Performing an strace in the sender...

 

    pv data | strace -T -ttt -f ssh 192.168.1.150 'cat | md5sum' 2>bad.log

 

...and looking at what exactly happens on the socket that transmits the data across, I noticed this "setup" before the actual transmitting starts:

 

    1522665534.007805 getsockopt(3, SOL_TCP, TCP_NODELAY, [0], [4]) = 0 <0.000025>
    1522665534.007899 setsockopt(3, SOL_TCP, TCP_NODELAY, [1], 4) = 0 <0.000021>

 

This sets up the SSH socket to disable Nagle's algorithm. You can Google and read all about it - but what it means, is that SSH is giving priority to responsiveness over bandwidth - it instructs the kernel to transmit anything written on this socket immediately and not "delay" waiting for acknowledgments from the remote.

 

What this means, in plain terms, is that in its default configuration, SSH is NOT a good way to transport data across -  not when the link used is a slow one (which is the case for many WiFi links).

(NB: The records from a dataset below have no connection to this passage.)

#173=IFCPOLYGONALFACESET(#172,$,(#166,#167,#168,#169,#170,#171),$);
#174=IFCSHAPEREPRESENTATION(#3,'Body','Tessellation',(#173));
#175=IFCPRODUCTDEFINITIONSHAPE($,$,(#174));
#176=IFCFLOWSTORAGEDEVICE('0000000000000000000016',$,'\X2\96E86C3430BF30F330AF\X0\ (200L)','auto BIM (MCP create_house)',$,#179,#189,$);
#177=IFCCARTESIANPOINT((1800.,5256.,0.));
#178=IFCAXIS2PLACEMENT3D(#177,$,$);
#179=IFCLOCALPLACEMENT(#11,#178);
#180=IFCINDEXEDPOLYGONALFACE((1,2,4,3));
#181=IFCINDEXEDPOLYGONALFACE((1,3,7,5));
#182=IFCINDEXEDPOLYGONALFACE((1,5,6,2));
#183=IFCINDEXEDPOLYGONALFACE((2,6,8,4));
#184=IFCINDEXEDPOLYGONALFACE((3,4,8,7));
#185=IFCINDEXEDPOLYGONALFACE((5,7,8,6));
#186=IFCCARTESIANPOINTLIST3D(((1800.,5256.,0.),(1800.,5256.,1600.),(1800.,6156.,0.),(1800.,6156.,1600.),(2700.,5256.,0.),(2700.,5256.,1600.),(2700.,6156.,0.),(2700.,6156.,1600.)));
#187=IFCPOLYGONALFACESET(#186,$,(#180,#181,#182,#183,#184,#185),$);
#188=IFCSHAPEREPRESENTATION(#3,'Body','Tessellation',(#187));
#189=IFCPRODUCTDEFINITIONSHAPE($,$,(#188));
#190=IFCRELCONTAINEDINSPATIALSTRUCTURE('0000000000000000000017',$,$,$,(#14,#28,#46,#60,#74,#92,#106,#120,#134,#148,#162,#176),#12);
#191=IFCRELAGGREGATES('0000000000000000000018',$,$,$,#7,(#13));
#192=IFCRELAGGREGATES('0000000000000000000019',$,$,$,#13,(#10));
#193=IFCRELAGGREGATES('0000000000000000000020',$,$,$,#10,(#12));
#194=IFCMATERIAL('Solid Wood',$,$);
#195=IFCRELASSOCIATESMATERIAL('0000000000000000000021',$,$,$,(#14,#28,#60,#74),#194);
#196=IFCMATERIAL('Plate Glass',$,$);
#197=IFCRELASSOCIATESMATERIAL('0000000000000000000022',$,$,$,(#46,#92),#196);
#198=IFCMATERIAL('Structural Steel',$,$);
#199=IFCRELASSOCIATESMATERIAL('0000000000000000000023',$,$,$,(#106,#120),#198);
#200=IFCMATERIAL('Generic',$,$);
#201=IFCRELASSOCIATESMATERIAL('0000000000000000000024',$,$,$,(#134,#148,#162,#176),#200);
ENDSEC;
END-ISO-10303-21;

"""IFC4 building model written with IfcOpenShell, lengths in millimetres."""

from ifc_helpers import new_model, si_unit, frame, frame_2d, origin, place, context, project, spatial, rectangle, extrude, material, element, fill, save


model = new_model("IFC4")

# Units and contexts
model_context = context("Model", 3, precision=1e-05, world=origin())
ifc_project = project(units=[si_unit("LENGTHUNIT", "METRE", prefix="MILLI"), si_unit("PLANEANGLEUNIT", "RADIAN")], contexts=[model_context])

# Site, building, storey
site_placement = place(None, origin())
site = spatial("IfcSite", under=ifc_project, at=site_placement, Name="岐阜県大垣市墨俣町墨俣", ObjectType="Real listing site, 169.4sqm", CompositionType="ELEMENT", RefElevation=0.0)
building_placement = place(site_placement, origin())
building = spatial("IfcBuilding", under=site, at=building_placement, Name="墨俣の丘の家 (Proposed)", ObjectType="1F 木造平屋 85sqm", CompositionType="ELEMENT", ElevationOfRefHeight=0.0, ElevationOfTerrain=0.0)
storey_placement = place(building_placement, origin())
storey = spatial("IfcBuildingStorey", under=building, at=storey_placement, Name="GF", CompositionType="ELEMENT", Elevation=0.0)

If "half-empty" packets are sent over the slow link, the bandwidth is wasted!

 

To prove that this was indeed the culprit, I used LD_PRELOAD to "drop" this specific syscall:

 

    $ cat nonagle.c

 

    #include <stdio.h>
    #include <dlfcn.h>
    #include <netinet/in.h>
    #include <netinet/tcp.h>
    #include <sys/socket.h>
    
    int (*osetsockopt) (int socket, int level, int option_name,
               const void *option_value, socklen_t option_len) = NULL;
    
    int setsockopt(int socket, int level, int option_name,
               const void *option_value, socklen_t option_len)
    {
        int ret;
        if (!osetsockopt) {
            osetsockopt = dlsym(RTLD_NEXT, "setsockopt");
        }
    
        if (option_name == TCP_NODELAY) {
            puts("No, Mr Nagle stays.");
            return 0;
        }
        ret = osetsockopt(socket, level, option_name, option_value, option_len);
        return ret;
    }

 

    $ gcc -fPIC -D_GNU_SOURCE -shared -o force_nagle.so force_nagle.c -ldl

    $ pv /dev/shm/data | LD_PRELOAD=./force_nagle.so ssh root@192.168.1.150 'cat >/dev/null'
    No, Mr Nagle stays.
    No, Mr Nagle stays.
     100MiB 0:00:29 [3.38MiB/s] [3.38MiB/s] [================================>] 100%   

 

There - perfect speed (well, just as fast as iperf3).

 

Morale of the story

 

Never give up :-)

 

And if you do use tools like rsync or borgbackup that transport their data over SSH, and your link has a lot of latency, either use ProxyCommand to switch SSH to using nc, or force SSH to not drop Nagle (as shown above).